# Andrew Zimmern in Appalachia tonight!



## Nor-tah (Dec 16, 2007)

Haha! I'll have to catch it! Maybe i'll see some Fatbass relatives! :mrgreen: Andrew Z is a nut!


----------



## pkred (Jul 9, 2009)

I've seen that one. They also pit roast a whole deer stuffed with apples and such. It looked finger lickin good.


----------



## pkred (Jul 9, 2009)

LOL, thats what i thought. That place has kind of a crystal lake/deliverance vibe going on..... spooky!


----------



## DallanC (Jan 13, 2009)

I spent "2 years" living in the heart of Appalachia... its crazy the stuff they eat there. Amazing wildlife there. First time I saw eastern Red and Grey squirrels I couldnt believe the size of them... and then Bobwhite Quail, nearly the size of a grouse! I remember in one county I lived in, opening morning of the deer hunt the DWR checked over 3000 deer at one location... and that was before noon. 


-DallanC


----------



## wyogoob (Sep 7, 2007)

Raccoon, squirrel and possum are all good, even muskrat, if you remove all the glands.

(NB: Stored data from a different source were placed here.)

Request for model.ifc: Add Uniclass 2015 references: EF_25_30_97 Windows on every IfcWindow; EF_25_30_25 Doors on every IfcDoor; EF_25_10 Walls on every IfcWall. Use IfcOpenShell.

First a look at what the model holds.

```python
import ifcopenshell

model = ifcopenshell.open("model.ifc")
print(model.schema)
print("classifications:", [c.Name for c in model.by_type("IfcClassification")])
for ifc_class in ("IfcDoor", "IfcRoof", "IfcStair", "IfcWall", "IfcWindow"):
    print(ifc_class, len(model.by_type(ifc_class)))
```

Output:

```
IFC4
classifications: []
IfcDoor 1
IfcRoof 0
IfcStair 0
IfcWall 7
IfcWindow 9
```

```python
import ifcopenshell
import ifcopenshell.api.classification

model = ifcopenshell.open("model.ifc")

system = ifcopenshell.api.classification.add_classification(model, classification="Uniclass 2015")

codes = {
    "IfcWindow": ("EF_25_30_97", "Windows"),
    "IfcDoor": ("EF_25_30_25", "Doors"),
    "IfcWall": ("EF_25_10", "Walls"),
}
for ifc_class, (code, name) in codes.items():
    products = model.by_type(ifc_class)
    ifcopenshell.api.classification.add_reference(
        model, products=products, classification=system, identification=code, name=name
    )
    print(code, len(products))

model.write("model_rev.ifc")
```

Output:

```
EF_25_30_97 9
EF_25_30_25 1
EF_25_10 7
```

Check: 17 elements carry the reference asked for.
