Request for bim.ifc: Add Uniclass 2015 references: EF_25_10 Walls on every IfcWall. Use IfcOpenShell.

First a look at what the model holds.

```python
import ifcopenshell

model = ifcopenshell.open("bim.ifc")
print(model.schema)
print("classifications:", [c.Name for c in model.by_type("IfcClassification")])
for ifc_class in ("IfcDoor", "IfcRoof", "IfcStair", "IfcWall", "IfcWindow"):
    print(ifc_class, len(model.by_type(ifc_class)))
```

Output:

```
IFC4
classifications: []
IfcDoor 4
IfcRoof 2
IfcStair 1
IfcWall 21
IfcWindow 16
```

```python
import ifcopenshell
import ifcopenshell.api.classification

model = ifcopenshell.open("bim.ifc")

system = ifcopenshell.api.classification.add_classification(model, classification="Uniclass 2015")

codes = {
    "IfcWall": ("EF_25_10", "Walls"),
}
for ifc_class, (code, name) in codes.items():
    products = model.by_type(ifc_class)
    ifcopenshell.api.classification.add_reference(
        model, products=products, classification=system, identification=code, name=name
    )
    print(code, len(products))

model.write("bim_edited.ifc")
```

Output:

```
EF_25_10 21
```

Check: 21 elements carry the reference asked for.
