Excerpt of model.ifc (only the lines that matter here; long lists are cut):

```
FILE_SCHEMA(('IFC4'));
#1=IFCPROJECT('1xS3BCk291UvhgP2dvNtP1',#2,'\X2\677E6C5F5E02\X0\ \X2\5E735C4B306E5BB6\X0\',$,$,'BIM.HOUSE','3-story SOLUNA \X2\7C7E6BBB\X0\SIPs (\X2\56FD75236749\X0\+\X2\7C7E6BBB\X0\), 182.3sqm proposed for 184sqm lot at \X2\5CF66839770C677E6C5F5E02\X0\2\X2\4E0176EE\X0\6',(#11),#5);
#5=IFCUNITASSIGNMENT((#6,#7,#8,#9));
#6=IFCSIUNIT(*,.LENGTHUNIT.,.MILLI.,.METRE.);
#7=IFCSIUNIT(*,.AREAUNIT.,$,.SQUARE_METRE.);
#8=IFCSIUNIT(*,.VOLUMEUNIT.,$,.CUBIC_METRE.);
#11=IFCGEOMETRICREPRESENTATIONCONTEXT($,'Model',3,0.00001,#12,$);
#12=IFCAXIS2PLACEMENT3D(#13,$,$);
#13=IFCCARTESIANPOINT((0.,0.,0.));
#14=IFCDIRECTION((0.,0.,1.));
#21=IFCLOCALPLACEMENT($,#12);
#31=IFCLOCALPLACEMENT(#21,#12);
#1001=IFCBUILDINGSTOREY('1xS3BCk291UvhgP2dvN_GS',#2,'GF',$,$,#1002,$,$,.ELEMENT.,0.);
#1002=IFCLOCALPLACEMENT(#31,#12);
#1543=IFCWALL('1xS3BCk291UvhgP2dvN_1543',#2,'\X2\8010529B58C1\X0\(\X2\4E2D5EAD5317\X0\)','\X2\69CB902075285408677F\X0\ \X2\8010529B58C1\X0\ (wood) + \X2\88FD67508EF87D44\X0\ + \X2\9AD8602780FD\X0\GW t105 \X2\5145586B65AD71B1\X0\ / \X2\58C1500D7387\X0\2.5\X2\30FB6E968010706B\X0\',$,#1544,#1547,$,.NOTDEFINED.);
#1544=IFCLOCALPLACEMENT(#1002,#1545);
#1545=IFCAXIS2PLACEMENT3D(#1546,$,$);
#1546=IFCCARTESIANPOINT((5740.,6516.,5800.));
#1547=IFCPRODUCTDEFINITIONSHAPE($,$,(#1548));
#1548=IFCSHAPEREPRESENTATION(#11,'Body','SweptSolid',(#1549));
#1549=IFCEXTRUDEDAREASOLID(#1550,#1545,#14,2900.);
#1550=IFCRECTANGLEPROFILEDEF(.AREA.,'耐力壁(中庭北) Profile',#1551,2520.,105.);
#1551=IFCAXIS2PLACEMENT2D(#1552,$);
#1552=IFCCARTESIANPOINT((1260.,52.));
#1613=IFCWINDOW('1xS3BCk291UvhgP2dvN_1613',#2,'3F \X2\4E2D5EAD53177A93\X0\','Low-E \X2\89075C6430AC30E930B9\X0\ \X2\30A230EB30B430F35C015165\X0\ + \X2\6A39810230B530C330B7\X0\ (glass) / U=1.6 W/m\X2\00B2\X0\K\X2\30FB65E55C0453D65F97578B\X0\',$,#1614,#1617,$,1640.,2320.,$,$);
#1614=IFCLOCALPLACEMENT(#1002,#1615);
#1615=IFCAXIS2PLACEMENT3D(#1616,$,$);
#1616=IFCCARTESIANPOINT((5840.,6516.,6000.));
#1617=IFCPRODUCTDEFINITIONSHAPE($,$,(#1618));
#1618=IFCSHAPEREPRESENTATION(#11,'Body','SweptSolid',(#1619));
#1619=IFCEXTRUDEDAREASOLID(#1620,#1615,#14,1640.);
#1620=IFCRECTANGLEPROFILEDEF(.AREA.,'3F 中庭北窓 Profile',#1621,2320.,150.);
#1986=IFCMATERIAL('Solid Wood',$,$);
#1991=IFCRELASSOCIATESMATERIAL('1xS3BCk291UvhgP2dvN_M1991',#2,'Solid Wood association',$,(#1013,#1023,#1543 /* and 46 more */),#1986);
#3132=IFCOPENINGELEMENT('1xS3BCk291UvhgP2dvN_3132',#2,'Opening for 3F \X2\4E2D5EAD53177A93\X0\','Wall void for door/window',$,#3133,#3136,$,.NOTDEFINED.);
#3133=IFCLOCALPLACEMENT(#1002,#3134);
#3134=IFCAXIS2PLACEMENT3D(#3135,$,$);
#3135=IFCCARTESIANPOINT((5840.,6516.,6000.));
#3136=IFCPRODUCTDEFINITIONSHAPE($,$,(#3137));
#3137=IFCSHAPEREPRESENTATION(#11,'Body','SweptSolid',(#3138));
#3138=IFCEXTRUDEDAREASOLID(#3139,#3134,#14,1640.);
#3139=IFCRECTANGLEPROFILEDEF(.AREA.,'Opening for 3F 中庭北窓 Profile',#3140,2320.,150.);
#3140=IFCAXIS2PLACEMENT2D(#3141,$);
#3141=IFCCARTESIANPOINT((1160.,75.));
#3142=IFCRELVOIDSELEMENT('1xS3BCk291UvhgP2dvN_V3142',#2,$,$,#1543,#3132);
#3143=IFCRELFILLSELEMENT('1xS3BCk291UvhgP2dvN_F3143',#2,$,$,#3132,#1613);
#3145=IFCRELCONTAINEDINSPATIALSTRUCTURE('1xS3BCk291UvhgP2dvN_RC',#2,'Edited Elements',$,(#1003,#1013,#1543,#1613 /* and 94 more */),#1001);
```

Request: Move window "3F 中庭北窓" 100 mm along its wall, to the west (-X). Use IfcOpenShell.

```python
import ifcopenshell
import ifcopenshell.api.geometry
import ifcopenshell.util.placement

model = ifcopenshell.open("model.ifc")

window = model.by_guid("1xS3BCk291UvhgP2dvN_1613")
opening = window.FillsVoids[0].RelatingOpeningElement
wall = opening.VoidsElements[0].RelatingBuildingElement

wall_matrix = ifcopenshell.util.placement.get_local_placement(wall.ObjectPlacement)
shift = wall_matrix[:3, 0] * -100.0
before = ifcopenshell.util.placement.get_local_placement(window.ObjectPlacement)[:3, 3].copy()

# The window is not placed relative to its opening, so move both.
for product in (opening, window):
    matrix = ifcopenshell.util.placement.get_local_placement(product.ObjectPlacement)
    matrix[:3, 3] += shift
    ifcopenshell.api.geometry.edit_object_placement(model, product=product, matrix=matrix, is_si=False)

after = ifcopenshell.util.placement.get_local_placement(window.ObjectPlacement)[:3, 3]
print("window moved by", (after - before).round(3) + 0.0)

model.write("model_rev.ifc")
```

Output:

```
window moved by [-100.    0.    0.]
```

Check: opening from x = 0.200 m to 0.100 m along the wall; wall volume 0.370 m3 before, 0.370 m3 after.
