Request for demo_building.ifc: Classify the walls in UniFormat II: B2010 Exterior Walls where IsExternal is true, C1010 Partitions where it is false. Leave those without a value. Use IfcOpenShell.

First a look at what the model holds.

```python
import ifcopenshell
import ifcopenshell.util.element

model = ifcopenshell.open("demo_building.ifc")
print(model.schema)
print("classifications:", [c.Name for c in model.by_type("IfcClassification")])
values = [ifcopenshell.util.element.get_pset(e, "Pset_WallCommon", "IsExternal") for e in model.by_type("IfcWall")]
for value in (True, False, None):
    print("IsExternal", value, values.count(value))
```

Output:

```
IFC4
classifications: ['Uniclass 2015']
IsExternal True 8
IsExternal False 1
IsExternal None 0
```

```python
import ifcopenshell
import ifcopenshell.api.classification
import ifcopenshell.util.element

model = ifcopenshell.open("demo_building.ifc")

system = ifcopenshell.api.classification.add_classification(model, classification="UniFormat II")

walls = model.by_type("IfcWall")
external = {e: ifcopenshell.util.element.get_pset(e, "Pset_WallCommon", "IsExternal") for e in walls}
for flag, code, name in ((True, "B2010", "Exterior Walls"), (False, "C1010", "Partitions")):
    products = [e for e in walls if external[e] is flag]
    ifcopenshell.api.classification.add_reference(
        model, products=products, classification=system, identification=code, name=name
    )
    print(code, len(products))

model.write("demo_building_v2.ifc")
```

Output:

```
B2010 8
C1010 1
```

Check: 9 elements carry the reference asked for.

One of my closest friends liked to eat squirrel brains. I just never cared for brains, pork or otherwise. Ah....I've always been kinda of a rump guy. :wink: 


I watch very little TV, but would love to see that show. Anyone know how to get a copy or know a way to see it?


----------



## pkred (Jul 9, 2009)

Hulu.com If it's on t.v. its on this site.


----------



## wyogoob (Sep 7, 2007)

pkred said:


> Hulu.com If it's on t.v. its on this site.


Thanks, I'm on it.


----------